WORK REQUIRED
A single number is the whole answer: the count of lines in the records where "IFCSHAPEREPRESENTATION" occurs.

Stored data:
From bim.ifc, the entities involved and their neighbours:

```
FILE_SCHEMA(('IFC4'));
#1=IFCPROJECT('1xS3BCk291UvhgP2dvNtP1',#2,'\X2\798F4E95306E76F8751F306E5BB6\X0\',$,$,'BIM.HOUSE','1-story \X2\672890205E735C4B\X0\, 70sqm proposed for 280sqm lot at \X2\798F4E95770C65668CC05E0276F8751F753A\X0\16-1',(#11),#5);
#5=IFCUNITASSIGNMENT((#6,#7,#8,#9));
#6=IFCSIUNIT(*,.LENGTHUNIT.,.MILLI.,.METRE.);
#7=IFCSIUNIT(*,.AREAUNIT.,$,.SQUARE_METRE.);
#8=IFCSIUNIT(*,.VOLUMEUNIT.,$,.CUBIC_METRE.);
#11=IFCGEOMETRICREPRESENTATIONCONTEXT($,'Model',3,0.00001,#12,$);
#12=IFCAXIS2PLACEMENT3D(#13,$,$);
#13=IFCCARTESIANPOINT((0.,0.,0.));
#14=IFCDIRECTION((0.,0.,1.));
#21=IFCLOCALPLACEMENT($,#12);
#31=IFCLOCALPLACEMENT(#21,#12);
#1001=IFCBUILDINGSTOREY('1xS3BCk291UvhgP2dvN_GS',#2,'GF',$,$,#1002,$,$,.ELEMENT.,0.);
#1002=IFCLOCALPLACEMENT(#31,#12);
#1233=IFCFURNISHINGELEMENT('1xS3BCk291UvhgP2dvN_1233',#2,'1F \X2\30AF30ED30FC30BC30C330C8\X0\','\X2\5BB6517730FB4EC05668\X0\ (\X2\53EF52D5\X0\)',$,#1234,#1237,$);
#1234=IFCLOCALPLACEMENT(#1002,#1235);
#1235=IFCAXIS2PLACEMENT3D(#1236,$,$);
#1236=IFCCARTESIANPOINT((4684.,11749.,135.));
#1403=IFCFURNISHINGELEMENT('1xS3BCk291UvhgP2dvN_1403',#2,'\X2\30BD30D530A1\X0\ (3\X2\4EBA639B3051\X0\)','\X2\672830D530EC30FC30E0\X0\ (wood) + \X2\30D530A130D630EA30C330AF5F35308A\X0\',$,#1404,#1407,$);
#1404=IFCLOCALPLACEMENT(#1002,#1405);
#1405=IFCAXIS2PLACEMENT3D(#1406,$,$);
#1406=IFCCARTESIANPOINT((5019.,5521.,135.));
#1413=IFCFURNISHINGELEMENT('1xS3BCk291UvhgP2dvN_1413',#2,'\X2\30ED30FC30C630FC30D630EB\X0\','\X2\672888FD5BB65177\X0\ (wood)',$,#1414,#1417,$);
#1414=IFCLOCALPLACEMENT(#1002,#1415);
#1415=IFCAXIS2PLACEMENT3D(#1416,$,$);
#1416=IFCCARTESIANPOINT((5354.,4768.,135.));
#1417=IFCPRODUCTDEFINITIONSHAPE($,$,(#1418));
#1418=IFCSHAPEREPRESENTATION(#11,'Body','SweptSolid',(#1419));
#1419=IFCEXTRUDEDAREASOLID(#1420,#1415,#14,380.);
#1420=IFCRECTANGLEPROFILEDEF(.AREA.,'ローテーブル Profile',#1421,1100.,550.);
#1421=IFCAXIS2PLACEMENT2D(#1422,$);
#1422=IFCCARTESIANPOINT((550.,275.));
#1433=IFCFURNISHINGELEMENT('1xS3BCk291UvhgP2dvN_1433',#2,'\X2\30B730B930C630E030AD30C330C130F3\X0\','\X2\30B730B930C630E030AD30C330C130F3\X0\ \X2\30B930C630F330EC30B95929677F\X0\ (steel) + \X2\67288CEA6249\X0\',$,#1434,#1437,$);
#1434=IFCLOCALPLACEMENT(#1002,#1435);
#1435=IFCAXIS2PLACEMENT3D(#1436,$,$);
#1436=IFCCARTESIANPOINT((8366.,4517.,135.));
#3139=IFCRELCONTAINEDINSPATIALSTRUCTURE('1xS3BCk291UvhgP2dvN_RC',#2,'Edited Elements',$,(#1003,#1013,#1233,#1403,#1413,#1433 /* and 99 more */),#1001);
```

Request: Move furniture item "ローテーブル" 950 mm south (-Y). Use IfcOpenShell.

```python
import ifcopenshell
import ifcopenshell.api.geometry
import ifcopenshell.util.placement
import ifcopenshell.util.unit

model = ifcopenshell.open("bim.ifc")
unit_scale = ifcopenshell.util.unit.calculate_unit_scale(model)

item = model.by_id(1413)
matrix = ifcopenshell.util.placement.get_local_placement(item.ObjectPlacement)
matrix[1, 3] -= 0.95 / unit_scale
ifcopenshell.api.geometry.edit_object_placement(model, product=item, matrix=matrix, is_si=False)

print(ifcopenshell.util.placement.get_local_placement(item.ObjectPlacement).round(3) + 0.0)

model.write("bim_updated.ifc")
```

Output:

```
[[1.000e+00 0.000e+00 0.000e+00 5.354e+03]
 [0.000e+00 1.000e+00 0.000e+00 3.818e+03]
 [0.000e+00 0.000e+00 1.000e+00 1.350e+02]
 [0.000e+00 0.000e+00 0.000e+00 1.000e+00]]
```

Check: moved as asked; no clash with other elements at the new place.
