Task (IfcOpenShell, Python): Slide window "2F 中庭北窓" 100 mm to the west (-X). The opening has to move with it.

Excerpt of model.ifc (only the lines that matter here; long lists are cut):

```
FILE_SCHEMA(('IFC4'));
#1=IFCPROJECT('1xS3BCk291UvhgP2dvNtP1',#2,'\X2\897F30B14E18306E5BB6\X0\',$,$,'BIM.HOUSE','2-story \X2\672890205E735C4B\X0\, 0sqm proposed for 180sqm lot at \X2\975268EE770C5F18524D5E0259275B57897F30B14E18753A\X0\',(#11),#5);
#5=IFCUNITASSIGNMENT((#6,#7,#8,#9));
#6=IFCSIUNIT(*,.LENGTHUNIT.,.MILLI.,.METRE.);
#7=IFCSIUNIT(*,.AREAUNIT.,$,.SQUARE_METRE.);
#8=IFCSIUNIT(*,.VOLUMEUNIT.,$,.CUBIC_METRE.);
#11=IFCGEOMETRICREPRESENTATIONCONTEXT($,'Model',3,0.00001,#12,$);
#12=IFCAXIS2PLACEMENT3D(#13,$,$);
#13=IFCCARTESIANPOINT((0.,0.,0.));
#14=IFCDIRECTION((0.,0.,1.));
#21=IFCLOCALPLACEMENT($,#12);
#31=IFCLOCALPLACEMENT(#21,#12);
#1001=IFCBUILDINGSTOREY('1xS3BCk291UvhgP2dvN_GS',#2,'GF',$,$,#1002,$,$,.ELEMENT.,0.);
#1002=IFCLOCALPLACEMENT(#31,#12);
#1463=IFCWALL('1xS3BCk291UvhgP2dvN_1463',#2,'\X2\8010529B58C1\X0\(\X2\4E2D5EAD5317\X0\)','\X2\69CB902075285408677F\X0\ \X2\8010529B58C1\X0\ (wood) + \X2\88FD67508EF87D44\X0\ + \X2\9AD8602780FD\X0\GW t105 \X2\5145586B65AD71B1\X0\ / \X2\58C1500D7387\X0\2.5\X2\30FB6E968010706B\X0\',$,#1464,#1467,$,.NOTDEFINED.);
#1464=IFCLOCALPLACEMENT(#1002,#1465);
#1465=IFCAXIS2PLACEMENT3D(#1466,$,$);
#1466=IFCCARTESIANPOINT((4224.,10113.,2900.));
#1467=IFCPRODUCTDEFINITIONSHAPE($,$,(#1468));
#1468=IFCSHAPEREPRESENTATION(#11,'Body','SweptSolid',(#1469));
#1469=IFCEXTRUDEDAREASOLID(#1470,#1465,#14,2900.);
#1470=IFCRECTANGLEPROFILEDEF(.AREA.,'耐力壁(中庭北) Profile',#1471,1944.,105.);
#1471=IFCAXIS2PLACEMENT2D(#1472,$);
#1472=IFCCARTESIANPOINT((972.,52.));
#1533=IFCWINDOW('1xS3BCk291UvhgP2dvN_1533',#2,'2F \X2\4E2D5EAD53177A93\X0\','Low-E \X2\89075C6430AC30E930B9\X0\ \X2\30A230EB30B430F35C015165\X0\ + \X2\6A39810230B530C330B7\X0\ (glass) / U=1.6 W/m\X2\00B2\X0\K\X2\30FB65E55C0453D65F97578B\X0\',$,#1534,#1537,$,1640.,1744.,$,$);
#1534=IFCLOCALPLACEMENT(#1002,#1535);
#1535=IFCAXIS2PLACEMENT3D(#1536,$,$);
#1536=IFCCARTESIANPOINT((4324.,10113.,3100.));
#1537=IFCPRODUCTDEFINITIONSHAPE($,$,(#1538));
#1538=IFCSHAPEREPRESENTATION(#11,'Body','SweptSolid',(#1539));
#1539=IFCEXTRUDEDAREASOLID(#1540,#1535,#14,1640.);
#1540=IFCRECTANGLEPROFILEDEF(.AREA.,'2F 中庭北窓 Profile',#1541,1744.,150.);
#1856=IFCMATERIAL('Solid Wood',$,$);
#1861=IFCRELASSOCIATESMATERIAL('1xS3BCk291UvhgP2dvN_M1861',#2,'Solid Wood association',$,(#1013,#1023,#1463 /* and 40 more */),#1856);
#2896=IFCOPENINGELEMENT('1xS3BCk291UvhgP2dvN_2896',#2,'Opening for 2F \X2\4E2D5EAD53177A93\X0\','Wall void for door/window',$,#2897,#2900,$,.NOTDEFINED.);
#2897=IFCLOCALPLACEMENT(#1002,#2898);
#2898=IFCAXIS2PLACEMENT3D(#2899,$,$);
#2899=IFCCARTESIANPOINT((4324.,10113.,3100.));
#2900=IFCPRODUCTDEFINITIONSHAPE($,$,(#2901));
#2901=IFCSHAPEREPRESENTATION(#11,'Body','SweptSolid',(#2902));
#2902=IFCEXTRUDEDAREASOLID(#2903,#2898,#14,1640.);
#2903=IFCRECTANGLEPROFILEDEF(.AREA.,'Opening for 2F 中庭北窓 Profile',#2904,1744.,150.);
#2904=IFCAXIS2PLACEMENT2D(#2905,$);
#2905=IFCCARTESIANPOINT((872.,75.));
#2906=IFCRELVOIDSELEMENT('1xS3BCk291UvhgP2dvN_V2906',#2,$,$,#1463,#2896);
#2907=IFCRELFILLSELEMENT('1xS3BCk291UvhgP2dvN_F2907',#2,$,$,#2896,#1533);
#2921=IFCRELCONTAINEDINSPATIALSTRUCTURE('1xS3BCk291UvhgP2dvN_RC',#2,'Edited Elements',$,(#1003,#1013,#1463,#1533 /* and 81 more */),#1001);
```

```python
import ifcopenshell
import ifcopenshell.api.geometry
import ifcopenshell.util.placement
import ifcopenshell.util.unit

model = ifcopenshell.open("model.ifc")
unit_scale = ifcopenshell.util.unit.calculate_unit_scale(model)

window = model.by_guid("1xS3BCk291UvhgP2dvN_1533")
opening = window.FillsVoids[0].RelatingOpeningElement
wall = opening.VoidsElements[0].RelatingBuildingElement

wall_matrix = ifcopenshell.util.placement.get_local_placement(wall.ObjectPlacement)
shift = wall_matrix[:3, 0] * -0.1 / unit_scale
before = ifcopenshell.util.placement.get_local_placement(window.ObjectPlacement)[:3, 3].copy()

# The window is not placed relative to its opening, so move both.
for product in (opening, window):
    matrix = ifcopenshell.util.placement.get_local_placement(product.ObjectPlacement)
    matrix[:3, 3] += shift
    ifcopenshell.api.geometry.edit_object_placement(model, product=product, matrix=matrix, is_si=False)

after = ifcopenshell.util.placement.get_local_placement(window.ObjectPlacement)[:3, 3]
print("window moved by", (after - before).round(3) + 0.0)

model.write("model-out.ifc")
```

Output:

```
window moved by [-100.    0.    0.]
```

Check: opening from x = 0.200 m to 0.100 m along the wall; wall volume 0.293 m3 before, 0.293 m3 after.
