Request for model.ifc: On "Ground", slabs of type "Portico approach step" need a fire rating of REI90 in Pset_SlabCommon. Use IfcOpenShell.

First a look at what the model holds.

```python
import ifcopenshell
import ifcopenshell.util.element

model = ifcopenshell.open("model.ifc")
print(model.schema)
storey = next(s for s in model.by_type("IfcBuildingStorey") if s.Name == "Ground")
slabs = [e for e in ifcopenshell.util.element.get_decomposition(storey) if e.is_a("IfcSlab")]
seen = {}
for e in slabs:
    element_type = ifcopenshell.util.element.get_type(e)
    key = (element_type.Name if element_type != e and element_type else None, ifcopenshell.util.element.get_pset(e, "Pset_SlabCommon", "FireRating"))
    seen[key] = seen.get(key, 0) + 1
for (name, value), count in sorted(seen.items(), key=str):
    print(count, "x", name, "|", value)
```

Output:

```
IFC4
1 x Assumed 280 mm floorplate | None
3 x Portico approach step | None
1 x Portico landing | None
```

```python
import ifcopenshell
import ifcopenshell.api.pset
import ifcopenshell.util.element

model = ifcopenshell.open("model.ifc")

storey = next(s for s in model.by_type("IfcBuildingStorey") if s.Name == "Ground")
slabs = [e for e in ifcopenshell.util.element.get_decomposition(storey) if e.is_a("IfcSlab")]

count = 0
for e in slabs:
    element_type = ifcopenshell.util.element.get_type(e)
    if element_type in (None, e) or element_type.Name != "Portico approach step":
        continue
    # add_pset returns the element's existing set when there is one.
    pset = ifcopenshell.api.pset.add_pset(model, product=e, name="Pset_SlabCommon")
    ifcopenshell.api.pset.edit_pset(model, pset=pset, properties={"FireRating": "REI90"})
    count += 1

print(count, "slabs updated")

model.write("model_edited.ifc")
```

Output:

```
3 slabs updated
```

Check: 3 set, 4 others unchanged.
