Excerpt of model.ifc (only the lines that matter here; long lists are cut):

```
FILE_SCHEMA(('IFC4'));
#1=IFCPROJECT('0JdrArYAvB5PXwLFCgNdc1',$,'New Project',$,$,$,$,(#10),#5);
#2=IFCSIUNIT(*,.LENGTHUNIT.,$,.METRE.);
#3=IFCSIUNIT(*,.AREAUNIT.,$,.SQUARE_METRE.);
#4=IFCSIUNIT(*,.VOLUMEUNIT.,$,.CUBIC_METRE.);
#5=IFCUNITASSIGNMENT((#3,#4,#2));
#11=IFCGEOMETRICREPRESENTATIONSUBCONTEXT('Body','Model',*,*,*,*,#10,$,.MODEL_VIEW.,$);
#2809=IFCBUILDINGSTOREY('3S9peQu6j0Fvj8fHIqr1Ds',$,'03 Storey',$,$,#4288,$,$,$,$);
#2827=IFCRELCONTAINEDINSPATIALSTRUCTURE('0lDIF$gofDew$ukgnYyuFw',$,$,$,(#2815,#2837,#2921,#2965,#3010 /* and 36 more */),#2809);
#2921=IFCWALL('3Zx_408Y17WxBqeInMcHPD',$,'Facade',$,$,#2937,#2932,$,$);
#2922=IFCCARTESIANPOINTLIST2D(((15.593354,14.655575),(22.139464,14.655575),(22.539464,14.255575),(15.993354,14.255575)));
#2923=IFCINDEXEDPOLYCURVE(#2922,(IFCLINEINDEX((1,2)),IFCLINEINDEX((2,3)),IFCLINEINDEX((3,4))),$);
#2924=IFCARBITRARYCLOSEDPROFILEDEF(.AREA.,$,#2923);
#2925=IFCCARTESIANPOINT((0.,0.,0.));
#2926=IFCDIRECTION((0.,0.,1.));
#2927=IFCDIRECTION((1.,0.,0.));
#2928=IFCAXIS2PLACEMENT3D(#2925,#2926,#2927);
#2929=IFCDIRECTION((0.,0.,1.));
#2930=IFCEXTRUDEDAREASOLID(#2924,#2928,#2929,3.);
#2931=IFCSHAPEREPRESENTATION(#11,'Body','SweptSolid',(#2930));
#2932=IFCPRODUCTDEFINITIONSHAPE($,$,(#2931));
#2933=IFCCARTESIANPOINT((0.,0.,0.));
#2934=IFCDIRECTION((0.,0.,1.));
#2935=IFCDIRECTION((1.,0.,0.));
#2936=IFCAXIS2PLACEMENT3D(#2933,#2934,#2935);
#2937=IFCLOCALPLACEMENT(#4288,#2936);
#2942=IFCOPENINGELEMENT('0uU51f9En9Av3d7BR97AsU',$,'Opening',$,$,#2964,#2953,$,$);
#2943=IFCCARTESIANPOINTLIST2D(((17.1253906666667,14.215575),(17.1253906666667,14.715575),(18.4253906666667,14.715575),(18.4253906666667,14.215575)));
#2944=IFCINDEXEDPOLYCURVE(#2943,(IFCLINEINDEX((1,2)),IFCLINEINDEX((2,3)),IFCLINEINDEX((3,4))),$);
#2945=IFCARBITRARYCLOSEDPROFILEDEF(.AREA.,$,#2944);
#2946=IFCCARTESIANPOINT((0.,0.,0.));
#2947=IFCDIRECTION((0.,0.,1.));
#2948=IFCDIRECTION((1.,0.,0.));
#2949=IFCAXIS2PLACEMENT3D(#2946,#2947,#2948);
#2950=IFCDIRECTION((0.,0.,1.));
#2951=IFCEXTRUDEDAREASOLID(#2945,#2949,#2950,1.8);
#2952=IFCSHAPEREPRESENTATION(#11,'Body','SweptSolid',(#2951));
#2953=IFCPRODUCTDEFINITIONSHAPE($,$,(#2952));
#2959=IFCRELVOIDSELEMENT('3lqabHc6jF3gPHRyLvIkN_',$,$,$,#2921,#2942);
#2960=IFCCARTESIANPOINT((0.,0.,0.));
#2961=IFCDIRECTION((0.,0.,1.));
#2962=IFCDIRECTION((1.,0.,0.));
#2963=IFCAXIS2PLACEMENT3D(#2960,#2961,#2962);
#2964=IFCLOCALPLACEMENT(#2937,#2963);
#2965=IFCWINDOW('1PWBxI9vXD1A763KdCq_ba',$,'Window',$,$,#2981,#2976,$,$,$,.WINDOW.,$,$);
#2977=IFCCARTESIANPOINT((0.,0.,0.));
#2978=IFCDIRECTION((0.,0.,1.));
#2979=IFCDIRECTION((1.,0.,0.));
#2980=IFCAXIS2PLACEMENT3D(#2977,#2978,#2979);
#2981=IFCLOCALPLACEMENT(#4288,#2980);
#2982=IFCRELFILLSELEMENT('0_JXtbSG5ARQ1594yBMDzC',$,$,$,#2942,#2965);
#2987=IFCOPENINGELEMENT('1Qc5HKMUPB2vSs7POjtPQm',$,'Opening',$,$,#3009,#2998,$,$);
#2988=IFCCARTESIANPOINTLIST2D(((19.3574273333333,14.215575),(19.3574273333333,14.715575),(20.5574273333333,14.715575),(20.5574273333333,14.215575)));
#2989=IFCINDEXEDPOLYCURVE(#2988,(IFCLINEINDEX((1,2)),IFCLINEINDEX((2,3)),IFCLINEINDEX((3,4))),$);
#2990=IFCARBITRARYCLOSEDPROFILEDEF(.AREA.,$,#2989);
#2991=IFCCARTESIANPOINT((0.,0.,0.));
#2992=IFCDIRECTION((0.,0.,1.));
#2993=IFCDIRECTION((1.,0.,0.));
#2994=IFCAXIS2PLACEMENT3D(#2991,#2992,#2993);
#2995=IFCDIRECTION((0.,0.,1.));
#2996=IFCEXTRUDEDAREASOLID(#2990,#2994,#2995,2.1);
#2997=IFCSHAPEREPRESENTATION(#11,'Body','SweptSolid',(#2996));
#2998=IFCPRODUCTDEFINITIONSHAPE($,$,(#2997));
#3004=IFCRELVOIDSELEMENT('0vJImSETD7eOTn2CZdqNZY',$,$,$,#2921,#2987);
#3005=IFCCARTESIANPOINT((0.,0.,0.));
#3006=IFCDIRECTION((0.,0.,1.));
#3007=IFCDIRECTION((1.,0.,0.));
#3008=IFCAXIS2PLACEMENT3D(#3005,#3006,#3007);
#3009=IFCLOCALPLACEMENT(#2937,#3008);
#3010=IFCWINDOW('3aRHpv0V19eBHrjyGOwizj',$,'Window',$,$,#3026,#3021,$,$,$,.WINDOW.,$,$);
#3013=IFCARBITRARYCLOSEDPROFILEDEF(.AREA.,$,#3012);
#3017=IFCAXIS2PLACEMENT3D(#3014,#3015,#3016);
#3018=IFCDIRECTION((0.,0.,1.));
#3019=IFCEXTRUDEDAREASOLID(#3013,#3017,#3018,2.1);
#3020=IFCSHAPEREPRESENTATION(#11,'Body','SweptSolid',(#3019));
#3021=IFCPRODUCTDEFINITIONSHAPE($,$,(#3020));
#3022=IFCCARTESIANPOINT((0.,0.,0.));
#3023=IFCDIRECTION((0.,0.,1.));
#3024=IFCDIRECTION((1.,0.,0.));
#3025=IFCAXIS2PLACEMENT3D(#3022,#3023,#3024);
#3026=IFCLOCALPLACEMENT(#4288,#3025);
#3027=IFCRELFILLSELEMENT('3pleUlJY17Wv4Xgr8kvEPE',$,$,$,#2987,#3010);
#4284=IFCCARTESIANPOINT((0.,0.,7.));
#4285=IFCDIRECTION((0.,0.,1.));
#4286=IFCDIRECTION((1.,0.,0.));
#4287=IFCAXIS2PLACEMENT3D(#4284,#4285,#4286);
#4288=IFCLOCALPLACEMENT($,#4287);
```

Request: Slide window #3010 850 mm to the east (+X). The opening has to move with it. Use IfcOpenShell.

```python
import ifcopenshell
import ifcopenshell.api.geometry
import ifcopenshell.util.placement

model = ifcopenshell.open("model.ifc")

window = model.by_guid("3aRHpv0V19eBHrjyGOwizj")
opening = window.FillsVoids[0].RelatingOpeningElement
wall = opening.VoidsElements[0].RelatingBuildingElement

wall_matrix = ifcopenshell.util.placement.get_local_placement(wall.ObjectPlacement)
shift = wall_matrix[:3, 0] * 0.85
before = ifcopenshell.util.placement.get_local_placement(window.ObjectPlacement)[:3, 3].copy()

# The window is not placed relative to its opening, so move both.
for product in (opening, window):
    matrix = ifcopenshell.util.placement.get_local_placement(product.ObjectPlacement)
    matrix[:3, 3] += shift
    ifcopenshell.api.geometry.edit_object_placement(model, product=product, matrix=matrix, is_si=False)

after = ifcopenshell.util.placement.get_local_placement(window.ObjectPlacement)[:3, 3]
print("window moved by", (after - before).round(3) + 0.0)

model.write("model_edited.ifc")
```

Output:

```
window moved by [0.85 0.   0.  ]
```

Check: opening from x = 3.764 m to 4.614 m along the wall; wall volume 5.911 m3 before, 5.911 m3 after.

COMPLETED EXERCISE
8